*EXERCISE BRIEF*.
Your answer should be every line of the entries that has the string "reinforcement" in it.

*TASK DATA*.
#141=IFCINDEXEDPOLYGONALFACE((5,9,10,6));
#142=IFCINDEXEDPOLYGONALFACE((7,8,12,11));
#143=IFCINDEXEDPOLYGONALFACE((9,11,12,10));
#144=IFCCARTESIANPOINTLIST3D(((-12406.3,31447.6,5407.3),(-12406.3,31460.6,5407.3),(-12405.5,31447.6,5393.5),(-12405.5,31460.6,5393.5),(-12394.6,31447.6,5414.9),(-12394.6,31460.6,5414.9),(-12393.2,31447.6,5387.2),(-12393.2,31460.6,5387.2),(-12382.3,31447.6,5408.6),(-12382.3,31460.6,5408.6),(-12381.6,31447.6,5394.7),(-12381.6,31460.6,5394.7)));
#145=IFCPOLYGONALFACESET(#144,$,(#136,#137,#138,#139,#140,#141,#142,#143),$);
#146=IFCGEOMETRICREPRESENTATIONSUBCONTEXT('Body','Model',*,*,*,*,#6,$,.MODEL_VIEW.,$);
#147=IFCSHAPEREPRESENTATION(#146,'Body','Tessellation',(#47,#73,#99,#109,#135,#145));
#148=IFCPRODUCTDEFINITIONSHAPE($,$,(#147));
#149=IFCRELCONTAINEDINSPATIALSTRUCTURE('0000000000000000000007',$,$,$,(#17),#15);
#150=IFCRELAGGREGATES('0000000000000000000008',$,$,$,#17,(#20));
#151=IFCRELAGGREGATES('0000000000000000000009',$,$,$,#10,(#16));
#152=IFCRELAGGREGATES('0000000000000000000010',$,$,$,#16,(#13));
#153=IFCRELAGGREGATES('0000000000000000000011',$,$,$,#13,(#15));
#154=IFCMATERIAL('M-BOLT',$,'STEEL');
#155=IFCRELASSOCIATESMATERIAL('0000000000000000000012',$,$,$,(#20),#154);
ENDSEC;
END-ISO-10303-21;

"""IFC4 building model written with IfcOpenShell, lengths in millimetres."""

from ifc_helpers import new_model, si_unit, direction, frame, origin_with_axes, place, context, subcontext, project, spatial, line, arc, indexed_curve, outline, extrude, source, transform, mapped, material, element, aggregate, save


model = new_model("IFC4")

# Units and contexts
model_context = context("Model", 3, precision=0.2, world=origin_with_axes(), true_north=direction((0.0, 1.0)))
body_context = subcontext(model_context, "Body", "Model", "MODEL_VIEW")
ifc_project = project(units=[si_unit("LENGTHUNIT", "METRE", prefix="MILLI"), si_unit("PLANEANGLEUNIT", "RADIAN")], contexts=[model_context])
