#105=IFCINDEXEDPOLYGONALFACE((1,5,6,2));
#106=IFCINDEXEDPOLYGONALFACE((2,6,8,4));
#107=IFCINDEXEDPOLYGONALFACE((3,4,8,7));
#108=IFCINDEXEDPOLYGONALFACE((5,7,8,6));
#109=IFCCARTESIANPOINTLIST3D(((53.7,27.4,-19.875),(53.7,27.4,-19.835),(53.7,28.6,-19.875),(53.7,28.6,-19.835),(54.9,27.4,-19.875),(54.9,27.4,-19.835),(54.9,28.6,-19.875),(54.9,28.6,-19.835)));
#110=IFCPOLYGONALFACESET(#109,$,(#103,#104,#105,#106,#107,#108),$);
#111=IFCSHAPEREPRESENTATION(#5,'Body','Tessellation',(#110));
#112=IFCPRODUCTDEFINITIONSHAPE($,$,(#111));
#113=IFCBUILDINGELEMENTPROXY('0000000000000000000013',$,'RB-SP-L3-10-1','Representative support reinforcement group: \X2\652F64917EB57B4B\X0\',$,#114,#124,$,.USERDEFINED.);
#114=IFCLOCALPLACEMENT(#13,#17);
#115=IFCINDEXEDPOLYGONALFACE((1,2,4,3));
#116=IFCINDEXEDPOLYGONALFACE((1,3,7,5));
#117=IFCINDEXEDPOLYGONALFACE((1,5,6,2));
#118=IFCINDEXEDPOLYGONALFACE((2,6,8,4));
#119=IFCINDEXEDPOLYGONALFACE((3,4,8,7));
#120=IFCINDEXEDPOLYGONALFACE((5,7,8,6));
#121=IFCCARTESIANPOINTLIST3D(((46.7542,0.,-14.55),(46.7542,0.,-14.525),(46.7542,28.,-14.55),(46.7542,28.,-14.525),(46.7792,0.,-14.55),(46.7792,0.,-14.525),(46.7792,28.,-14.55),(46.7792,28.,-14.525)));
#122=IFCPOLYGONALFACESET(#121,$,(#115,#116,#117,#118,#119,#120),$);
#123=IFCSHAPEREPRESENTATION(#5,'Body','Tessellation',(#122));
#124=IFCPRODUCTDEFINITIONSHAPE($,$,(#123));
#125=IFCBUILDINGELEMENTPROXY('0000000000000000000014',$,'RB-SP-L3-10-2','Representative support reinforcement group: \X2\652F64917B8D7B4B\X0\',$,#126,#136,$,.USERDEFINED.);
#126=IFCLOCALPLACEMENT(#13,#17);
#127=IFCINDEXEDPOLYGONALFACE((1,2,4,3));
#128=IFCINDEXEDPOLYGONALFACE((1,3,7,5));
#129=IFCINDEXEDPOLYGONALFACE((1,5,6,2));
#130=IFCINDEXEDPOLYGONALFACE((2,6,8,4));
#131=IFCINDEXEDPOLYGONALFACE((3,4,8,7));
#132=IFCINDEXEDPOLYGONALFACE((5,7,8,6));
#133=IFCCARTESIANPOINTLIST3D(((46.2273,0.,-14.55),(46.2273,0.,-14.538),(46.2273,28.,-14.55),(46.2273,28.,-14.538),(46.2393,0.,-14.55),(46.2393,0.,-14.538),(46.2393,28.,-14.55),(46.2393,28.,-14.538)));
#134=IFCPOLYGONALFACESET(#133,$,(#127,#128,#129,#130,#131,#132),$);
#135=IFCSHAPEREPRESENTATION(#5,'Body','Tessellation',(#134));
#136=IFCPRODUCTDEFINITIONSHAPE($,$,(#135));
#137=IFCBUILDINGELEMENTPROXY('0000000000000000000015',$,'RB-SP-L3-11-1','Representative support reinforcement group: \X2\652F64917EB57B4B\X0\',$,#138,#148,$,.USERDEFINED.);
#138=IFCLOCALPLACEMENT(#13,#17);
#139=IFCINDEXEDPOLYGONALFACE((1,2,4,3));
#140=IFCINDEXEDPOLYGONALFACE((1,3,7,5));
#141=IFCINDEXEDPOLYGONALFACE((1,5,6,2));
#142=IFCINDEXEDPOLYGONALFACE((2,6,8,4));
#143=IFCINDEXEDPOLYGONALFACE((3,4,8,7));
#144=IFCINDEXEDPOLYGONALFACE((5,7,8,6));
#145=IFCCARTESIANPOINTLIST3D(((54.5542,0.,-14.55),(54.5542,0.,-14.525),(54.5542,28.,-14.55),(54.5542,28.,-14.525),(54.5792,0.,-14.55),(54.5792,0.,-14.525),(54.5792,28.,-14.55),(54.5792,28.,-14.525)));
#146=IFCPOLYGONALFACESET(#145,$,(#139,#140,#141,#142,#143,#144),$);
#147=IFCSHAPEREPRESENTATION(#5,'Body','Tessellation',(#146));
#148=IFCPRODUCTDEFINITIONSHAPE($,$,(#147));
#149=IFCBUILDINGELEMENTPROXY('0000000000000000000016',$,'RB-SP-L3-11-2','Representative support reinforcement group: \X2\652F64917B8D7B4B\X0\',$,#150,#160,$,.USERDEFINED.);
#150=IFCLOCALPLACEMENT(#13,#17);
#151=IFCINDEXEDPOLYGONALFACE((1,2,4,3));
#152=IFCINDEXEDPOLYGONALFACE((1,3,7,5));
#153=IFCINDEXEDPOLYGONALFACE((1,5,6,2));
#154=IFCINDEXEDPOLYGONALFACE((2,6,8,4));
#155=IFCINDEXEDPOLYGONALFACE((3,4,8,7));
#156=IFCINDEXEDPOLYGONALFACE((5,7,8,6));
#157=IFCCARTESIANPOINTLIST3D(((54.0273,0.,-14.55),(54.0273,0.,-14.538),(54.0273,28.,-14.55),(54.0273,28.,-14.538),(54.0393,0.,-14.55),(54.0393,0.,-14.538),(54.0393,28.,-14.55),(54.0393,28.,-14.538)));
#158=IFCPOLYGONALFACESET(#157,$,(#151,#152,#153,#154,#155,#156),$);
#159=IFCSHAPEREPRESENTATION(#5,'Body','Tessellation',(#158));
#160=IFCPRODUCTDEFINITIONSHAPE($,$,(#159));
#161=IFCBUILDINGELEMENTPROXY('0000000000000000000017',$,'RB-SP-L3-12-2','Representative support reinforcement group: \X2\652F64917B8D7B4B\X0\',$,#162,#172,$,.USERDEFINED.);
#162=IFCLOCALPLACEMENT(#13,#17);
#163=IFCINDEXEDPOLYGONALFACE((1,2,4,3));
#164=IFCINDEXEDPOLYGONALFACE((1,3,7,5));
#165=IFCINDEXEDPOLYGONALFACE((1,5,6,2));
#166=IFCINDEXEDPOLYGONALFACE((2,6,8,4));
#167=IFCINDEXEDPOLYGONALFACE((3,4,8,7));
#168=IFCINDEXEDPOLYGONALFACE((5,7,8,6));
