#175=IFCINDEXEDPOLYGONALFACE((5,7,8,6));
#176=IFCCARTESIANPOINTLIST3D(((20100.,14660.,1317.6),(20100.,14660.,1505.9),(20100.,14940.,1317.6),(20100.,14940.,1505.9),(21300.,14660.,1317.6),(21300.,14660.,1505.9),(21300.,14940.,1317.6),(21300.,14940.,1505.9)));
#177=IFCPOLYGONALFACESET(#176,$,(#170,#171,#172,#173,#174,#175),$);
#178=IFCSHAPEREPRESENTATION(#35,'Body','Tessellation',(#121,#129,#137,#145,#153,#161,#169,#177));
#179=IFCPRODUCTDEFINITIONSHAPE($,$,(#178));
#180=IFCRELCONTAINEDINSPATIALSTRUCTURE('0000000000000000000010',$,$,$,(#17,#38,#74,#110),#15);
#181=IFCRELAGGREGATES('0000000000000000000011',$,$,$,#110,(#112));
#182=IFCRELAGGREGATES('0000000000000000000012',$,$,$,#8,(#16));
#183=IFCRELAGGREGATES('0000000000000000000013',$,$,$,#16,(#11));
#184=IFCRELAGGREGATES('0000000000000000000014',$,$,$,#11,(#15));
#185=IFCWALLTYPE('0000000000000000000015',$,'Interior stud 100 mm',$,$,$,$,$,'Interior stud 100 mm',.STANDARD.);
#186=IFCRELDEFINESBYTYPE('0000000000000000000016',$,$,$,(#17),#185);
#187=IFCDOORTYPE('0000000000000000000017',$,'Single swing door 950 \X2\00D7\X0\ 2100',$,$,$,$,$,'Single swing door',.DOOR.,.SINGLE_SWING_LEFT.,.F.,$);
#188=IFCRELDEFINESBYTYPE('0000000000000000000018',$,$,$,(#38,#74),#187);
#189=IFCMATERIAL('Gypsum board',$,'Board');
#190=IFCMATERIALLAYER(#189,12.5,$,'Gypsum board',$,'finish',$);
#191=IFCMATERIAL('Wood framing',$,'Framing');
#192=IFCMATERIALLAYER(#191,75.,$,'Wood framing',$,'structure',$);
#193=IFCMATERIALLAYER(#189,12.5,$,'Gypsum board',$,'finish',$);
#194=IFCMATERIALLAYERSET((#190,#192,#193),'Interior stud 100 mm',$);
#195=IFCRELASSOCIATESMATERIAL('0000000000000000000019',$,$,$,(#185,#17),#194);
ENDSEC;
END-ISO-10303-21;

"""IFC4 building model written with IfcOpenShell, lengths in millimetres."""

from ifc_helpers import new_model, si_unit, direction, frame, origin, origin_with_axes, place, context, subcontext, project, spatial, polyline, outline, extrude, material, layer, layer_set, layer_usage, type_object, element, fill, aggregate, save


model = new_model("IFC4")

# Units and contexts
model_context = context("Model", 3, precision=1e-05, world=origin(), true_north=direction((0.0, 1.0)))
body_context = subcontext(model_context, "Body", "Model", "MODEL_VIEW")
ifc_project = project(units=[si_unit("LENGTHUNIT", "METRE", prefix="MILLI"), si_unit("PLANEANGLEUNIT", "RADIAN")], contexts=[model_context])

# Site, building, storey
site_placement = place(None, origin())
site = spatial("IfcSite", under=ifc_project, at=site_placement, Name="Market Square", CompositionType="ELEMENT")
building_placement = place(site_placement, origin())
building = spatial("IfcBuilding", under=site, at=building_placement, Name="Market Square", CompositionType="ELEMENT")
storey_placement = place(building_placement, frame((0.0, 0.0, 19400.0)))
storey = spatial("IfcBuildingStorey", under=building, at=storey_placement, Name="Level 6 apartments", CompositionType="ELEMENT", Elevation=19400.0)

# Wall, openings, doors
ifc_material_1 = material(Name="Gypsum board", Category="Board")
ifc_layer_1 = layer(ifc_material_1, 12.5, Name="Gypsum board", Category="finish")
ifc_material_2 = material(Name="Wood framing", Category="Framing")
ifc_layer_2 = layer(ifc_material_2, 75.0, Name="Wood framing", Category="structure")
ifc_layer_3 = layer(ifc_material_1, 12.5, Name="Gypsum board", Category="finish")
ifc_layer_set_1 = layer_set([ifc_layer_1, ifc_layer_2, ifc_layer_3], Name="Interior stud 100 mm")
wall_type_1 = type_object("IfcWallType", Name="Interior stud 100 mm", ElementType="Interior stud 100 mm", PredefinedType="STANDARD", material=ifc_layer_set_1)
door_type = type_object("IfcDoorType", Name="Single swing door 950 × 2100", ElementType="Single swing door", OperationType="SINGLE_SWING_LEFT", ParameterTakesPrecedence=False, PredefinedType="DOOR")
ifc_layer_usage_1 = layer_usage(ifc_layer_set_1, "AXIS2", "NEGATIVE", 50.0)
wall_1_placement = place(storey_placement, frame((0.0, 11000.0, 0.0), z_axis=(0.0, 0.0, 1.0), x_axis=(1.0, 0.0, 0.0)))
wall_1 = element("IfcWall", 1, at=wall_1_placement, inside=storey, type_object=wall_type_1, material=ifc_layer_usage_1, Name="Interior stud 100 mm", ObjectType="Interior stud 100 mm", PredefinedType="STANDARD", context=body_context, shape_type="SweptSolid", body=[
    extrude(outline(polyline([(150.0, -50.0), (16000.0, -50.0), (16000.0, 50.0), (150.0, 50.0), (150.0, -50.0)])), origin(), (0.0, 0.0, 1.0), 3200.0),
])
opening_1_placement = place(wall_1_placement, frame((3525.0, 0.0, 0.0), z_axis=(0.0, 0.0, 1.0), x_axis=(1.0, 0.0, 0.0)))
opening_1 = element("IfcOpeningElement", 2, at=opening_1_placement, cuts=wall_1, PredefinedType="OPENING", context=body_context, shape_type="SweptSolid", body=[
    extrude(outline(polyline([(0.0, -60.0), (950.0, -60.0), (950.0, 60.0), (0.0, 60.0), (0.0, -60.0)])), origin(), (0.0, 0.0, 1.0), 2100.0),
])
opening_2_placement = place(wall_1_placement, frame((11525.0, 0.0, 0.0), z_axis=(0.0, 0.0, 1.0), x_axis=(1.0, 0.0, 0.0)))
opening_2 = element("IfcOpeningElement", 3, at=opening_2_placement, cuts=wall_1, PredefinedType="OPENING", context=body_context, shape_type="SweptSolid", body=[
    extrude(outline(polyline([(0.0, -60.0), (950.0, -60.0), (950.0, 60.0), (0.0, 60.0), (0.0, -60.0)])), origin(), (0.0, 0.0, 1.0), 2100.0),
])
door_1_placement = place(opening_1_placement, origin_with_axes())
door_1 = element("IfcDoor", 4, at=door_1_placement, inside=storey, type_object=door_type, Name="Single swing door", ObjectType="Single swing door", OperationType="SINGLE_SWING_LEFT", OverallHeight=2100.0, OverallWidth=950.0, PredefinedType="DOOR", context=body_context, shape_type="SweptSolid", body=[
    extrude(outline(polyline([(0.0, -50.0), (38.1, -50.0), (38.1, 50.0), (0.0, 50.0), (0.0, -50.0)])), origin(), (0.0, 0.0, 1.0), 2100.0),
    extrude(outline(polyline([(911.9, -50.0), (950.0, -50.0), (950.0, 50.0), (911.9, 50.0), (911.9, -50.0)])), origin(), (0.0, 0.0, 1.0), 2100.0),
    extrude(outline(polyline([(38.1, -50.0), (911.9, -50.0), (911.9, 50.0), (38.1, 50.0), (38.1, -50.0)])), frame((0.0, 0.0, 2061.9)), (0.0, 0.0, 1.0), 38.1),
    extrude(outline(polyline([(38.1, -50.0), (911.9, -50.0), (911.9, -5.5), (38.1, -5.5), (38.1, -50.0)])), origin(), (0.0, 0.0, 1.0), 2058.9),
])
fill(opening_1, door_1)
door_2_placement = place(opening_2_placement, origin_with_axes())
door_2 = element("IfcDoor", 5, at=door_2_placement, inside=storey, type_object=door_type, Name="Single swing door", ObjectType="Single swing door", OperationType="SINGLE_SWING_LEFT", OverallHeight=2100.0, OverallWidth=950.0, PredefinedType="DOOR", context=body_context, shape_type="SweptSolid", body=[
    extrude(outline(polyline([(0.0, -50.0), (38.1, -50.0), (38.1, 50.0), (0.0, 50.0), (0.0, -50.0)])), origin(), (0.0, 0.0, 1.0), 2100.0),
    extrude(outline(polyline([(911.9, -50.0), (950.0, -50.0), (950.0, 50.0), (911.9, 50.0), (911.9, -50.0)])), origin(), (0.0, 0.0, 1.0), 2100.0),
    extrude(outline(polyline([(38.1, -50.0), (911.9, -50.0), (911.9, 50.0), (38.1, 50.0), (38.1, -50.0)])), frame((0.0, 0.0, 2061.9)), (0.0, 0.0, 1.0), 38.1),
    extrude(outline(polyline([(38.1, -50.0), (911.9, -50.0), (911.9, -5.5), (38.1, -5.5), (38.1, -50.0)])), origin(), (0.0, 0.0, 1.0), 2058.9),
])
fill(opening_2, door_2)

*RESPONSE TO THE EXERCISE*.
#113=IFCBUILDINGELEMENTPROXY('0000000000000000000013',$,'RB-SP-L3-10-1','Representative support reinforcement group: \X2\652F64917EB57B4B\X0\',$,#114,#124,$,.USERDEFINED.);
#125=IFCBUILDINGELEMENTPROXY('0000000000000000000014',$,'RB-SP-L3-10-2','Representative support reinforcement group: \X2\652F64917B8D7B4B\X0\',$,#126,#136,$,.USERDEFINED.);
#137=IFCBUILDINGELEMENTPROXY('0000000000000000000015',$,'RB-SP-L3-11-1','Representative support reinforcement group: \X2\652F64917EB57B4B\X0\',$,#138,#148,$,.USERDEFINED.);
#149=IFCBUILDINGELEMENTPROXY('0000000000000000000016',$,'RB-SP-L3-11-2','Representative support reinforcement group: \X2\652F64917B8D7B4B\X0\',$,#150,#160,$,.USERDEFINED.);
#161=IFCBUILDINGELEMENTPROXY('0000000000000000000017',$,'RB-SP-L3-12-2','Representative support reinforcement group: \X2\652F64917B8D7B4B\X0\',$,#162,#172,$,.USERDEFINED.);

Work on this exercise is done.